Has she had any vaccinations in that area? Is this in her throat area on the right side of where her esophogus is? Could be an enlarged thyroid that can be caused by an iodine deficiency.


----------



## Stacie1205 (Mar 26, 2011)

No, no vaccinations. Yes this is on the right of her esophagus but not directly under her head, maybe an inch or 2 below it. My first thought was bottle jaw but it is not near her jaw and a little below her head. It is hard and I can cup it with my hand just like holding and egg. They have minerals and dairy goat specific feed, alphalpha pellets and grass hay along with her little escapes out to browse this past week. They do have a little grass growing in their pen also.

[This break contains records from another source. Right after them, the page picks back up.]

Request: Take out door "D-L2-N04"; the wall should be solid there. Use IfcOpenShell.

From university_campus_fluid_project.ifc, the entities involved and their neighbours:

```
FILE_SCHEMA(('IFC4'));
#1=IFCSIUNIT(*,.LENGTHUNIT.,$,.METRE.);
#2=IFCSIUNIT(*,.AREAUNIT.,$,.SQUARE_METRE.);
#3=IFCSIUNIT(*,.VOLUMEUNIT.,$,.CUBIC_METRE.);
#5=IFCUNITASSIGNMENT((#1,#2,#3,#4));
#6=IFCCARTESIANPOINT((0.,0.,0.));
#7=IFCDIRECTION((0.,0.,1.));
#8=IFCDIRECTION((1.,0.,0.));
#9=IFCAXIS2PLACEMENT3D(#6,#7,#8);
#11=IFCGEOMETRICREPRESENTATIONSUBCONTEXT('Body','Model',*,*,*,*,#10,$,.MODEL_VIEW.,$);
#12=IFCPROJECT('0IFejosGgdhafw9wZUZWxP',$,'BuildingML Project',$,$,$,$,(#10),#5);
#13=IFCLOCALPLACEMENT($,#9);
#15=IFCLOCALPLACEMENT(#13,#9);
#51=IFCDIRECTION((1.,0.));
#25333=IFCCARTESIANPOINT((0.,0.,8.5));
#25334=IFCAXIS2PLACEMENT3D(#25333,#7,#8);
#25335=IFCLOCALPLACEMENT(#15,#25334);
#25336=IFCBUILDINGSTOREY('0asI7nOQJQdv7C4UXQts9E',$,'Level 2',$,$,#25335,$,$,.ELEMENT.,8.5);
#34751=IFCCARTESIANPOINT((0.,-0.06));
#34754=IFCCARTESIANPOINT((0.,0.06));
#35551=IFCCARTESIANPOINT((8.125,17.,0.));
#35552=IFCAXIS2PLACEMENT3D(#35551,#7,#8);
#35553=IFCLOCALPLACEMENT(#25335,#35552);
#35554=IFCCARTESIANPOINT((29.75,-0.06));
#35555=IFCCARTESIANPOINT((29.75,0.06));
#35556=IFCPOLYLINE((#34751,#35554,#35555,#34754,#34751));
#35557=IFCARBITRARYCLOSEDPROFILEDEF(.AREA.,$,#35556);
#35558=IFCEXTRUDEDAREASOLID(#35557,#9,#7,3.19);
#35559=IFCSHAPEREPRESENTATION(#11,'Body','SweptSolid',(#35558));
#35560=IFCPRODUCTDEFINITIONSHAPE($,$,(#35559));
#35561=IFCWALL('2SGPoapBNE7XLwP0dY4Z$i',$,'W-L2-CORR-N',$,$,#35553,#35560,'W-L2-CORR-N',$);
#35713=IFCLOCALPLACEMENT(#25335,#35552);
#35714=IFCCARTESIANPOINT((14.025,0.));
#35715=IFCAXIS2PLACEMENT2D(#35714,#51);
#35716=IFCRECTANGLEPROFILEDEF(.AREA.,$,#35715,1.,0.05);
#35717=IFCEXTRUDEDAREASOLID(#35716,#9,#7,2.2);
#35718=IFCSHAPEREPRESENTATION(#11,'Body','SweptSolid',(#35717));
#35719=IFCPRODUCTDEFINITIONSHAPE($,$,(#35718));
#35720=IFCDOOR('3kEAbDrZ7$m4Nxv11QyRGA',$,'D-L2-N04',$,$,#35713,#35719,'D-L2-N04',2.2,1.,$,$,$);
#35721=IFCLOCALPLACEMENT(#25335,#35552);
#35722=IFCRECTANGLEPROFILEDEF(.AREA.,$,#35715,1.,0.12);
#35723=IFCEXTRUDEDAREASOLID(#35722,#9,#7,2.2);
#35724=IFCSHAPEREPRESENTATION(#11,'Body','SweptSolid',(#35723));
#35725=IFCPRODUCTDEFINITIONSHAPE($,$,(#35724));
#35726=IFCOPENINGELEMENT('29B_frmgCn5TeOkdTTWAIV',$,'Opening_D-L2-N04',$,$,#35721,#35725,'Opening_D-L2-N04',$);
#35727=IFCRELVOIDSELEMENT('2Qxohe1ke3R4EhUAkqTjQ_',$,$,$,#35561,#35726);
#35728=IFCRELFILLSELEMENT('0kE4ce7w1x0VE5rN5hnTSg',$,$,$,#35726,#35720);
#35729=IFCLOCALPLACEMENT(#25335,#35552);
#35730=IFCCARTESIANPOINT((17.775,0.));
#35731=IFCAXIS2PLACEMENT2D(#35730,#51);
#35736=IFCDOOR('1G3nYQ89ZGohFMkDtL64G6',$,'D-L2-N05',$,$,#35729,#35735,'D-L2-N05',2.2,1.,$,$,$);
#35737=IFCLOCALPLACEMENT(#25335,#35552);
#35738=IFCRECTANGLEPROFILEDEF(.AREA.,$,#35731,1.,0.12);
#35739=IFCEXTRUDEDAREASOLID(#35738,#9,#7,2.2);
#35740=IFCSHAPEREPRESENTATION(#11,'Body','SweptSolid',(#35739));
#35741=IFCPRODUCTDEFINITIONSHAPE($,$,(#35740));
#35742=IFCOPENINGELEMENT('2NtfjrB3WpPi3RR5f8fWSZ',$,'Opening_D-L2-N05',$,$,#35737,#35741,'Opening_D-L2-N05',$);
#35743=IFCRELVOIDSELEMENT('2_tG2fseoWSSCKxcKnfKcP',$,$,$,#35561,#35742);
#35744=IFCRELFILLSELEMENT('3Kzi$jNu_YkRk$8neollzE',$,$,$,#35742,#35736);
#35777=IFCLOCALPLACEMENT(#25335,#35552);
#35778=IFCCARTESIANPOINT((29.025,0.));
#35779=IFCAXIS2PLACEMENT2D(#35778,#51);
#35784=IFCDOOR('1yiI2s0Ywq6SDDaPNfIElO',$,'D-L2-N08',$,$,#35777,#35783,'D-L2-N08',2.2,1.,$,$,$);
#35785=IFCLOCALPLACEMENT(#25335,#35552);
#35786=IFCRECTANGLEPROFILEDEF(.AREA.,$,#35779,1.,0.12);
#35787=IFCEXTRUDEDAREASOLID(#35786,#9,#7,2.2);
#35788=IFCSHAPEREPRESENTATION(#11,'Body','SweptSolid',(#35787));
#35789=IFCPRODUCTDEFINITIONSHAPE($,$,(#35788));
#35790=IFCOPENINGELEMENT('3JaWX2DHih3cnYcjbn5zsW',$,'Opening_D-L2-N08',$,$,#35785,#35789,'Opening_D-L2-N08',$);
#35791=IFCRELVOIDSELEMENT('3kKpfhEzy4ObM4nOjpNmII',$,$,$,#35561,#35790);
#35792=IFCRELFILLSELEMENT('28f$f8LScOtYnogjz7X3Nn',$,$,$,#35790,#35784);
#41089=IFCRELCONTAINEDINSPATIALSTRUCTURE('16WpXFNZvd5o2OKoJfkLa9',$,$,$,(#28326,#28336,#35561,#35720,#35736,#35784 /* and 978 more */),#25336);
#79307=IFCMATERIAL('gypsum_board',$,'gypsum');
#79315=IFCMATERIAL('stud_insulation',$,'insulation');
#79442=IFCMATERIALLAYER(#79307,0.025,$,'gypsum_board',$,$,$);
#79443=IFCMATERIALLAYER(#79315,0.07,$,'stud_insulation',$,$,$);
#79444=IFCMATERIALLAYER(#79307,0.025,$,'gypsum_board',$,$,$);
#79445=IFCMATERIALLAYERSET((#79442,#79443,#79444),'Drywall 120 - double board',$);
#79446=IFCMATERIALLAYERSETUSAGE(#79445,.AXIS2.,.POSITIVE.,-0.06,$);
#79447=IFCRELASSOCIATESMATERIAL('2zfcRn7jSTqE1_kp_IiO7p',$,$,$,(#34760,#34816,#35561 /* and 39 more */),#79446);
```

```python
import ifcopenshell
import ifcopenshell.api.feature
import ifcopenshell.api.root
import ifcopenshell.geom
import ifcopenshell.util.shape

model = ifcopenshell.open("university_campus_fluid_project.ifc")
settings = ifcopenshell.geom.settings()


def volume(element):
    """Net volume in cubic metres, openings subtracted."""
    shape = ifcopenshell.geom.create_shape(settings, element)
    return ifcopenshell.util.shape.get_volume(shape.geometry)


door = model.by_guid("3kEAbDrZ7$m4Nxv11QyRGA")
opening = door.FillsVoids[0].RelatingOpeningElement
wall = opening.VoidsElements[0].RelatingBuildingElement
before = volume(wall)

ifcopenshell.api.root.remove_product(model, product=door)
ifcopenshell.api.feature.remove_feature(model, feature=opening)

after = volume(wall)

print(f"wall volume {before:.3f} -> {after:.3f} m3")

model.write("university_campus_fluid_project_rev.ifc")
```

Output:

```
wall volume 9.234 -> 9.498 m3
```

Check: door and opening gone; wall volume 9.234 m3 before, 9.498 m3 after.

She doesn't act off or even like it bothers her. Not sensitive or anything.Feels like when I had a hold of it I could move it around a little.


----------



## packhillboers (Feb 2, 2011)

Has it come on suddenly?


----------



## Stacie1205 (Mar 26, 2011)

I didn't notice it yesterday and it jumpedright out at today. Plus she is the only doe left to kid so I have been watching her closed than the others but admittedly looking more at the other end :roll:


----------



## nancy d (Oct 5, 2007)

If you shave her neck where this lump is & examine it closely you might find an entry wound where a nail or stick or even bee sting or whatnot penetrated, then draw out any puss & send it to a lab to be sure.
Wear rubber gloves eye protection & dont let any exudate on the ground.
I dont know about CL lumps but this sounds pretty big for that??


----------



## nubians2 (Feb 20, 2011)

I didn't think CL came on that fast. It is gradual and usually closer to the size of a quarter I thought. 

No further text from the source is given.